Tuesday, January 15, 2013

What does "business analytics" mean in academia?

1 comment:
But what exactly does this mean?
In the recent ISIS conference, I organized and moderated a panel called "Business Analytics and Big Data: How it affects Business School Research and Teaching". The goal was to tackle the ambiguity in the terms "Business Analytics" and "Big Data" in the context of business school research and teaching. I opened with a few points:

  1. Some research b-schools are posting job ads for tenure-track faculty in "Business Analytics" (e.g., University of Maryland; Google "professor business analytics position" for plenty more). What does this mean? what is supposed to be the background of these candidates and where are they supposed to publish to get promoted? ("The Journal of Business Analytics"?)
  2. A recent special issue of the top scholarly journal Management Science was devoted to "Business Analytics". What types of submissions fall under this label? what types do not?
  3. Many new "Business Analytics" programs have been springing up in business schools worldwide. What is new about their offerings? 

Panelists Anitesh, Ram and David - photo courtesy of Ravi Bapna
The panelist were a mix of academics (Prof Anitesh Barua from UT Austin and Prof Ram Chellapah from Emory University) and industry (Dr. David Hardoon, SAS Singapore). The audience was also a mixed crowd of academics mostly from MIS departments (in business schools) and industry experts from companies such as IBM and Deloitte.

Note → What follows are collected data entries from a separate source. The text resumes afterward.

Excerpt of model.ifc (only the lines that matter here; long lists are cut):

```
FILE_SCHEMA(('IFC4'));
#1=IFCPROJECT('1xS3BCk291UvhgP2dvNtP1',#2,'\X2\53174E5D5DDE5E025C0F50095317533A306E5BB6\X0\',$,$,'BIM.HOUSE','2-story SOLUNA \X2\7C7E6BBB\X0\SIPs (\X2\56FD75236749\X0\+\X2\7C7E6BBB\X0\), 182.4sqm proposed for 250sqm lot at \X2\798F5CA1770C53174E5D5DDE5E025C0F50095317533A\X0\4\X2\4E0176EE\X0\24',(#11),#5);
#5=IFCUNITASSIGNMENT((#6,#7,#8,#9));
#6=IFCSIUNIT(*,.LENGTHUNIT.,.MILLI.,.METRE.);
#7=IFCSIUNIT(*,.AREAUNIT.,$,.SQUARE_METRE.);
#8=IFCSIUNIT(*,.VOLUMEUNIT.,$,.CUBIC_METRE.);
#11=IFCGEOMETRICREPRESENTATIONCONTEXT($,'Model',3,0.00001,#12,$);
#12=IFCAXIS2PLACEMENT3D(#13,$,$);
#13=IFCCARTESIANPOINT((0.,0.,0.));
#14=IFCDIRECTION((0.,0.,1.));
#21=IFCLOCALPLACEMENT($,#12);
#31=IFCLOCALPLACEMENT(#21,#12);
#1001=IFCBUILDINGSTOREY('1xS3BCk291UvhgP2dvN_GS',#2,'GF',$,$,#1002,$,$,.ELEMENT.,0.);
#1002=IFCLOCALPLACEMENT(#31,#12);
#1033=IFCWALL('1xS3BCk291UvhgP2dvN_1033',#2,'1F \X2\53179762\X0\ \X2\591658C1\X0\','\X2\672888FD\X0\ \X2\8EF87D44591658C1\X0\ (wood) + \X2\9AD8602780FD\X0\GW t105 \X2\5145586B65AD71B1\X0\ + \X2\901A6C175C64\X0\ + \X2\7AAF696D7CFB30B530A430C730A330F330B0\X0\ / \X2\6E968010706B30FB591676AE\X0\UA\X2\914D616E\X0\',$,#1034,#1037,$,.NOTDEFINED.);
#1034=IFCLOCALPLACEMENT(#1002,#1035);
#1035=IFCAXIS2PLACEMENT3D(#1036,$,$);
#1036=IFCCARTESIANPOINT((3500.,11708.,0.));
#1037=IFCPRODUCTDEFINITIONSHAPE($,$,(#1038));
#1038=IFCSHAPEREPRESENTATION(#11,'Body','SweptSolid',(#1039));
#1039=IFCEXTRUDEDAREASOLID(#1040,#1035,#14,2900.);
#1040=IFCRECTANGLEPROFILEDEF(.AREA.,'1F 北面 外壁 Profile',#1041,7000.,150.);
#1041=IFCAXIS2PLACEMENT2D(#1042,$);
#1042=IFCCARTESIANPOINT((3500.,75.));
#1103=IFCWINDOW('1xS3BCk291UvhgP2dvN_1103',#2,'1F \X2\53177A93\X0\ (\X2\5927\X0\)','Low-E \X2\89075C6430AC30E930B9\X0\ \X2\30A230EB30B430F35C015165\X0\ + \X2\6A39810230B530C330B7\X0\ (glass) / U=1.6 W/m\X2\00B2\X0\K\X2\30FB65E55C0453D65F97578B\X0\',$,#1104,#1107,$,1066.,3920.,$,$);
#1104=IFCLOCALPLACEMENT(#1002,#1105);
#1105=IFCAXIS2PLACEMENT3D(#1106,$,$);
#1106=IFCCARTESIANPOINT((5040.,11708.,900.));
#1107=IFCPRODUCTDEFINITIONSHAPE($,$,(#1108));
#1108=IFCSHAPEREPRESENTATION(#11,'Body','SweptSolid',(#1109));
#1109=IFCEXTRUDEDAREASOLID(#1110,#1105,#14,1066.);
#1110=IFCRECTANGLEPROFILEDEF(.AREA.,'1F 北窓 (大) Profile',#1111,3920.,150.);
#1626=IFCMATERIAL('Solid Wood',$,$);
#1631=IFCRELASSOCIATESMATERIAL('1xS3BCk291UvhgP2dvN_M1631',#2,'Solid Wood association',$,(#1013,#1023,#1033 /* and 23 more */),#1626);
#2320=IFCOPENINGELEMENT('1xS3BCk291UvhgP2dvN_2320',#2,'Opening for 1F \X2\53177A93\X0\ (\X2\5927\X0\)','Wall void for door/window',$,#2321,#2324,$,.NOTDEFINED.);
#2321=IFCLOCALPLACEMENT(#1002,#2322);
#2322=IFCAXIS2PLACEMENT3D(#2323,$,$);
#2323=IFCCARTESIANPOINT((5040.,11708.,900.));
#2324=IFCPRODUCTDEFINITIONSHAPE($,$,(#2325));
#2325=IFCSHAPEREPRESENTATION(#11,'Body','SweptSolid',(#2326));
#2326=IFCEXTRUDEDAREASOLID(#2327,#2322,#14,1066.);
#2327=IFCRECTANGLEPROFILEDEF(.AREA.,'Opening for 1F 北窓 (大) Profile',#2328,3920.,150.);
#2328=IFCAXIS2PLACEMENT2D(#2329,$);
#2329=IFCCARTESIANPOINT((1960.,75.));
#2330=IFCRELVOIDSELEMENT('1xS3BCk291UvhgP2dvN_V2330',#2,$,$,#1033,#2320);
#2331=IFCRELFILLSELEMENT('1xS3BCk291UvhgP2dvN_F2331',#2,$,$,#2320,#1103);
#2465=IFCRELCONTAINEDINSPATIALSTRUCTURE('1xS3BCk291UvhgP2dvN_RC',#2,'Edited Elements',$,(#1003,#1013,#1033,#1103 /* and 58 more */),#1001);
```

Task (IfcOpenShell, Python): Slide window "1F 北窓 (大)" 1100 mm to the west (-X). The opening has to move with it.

```python
import ifcopenshell
import ifcopenshell.api.geometry
import ifcopenshell.util.placement

model = ifcopenshell.open("model.ifc")

window = model.by_guid("1xS3BCk291UvhgP2dvN_1103")
opening = window.FillsVoids[0].RelatingOpeningElement
wall = opening.VoidsElements[0].RelatingBuildingElement

wall_matrix = ifcopenshell.util.placement.get_local_placement(wall.ObjectPlacement)
shift = wall_matrix[:3, 0] * -1100.0
before = ifcopenshell.util.placement.get_local_placement(window.ObjectPlacement)[:3, 3].copy()

# The window is not placed relative to its opening, so move both.
for product in (opening, window):
    matrix = ifcopenshell.util.placement.get_local_placement(product.ObjectPlacement)
    matrix[:3, 3] += shift
    ifcopenshell.api.geometry.edit_object_placement(model, product=product, matrix=matrix, is_si=False)

after = ifcopenshell.util.placement.get_local_placement(window.ObjectPlacement)[:3, 3]
print("window moved by", (after - before).round(3) + 0.0)

model.write("model-out.ifc")
```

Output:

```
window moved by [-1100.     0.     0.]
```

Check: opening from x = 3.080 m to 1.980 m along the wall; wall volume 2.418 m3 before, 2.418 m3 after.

The discussion took various twists and turns with heavy audience discussion. Here are several issues that emerged from the discussion:

  • Is there any meaning to BA in academia or is it just the use of analytics (=data tools) within a business context? Some industry folks said that BA is only meaningful within a business context, not research wise.
  • Is BA just a fancier name for statisticians in a business school or does it convey a different type of statistician? (similar to the adoption of "operations management" (OM) by many operation research (OR) academics)
  • The academics on the panel made the point that BA has been changing the flavor of research in terms of adding a discovery/exploratory dimension that does not typically exist in social science and IS research. Rather than only theorize-then-test-with-data, data are now explored in further detail using tools such as visualization and micro-level models. The main concern, however, was that it is still very difficult to publish such research in top journals.
  • With respect to "what constitutes a BA research article", Prof. Ravi Bapna said "it's difficult to specify what papers are BA, but it is easy to spot what is not BA".
  • While machine learning and data mining have been around for some good time, and the methods have not really changed, the application of both within a business context has become more popular due to friendlier software and stronger computing power. These new practices are therefore now an important core in MBA and other business programs. 
  • One type of b-school program that seems to lag behind on the BA front is the PhD program. Are we equipping our PhD students with abilities to deal with and take advantage of large datasets for developing theory? Are PhD programs revising their curriculum to include big data technologies and machine learning capabilities as required core courses?
Some participants claimed that BA is just another buzzword that will go away after some time. So we need not worry about defining it or demystifying it. After all, the software vendors coin such terms, create a buzz, and finally the buzz moves on. Whether this is the case with BA or with Big Data is yet to be seen. In the meanwhile, we should ponder whether we are really doing something new in our research, and if so, pinpoint to what exactly it is and how to formulate it as requirements for a new era of researchers.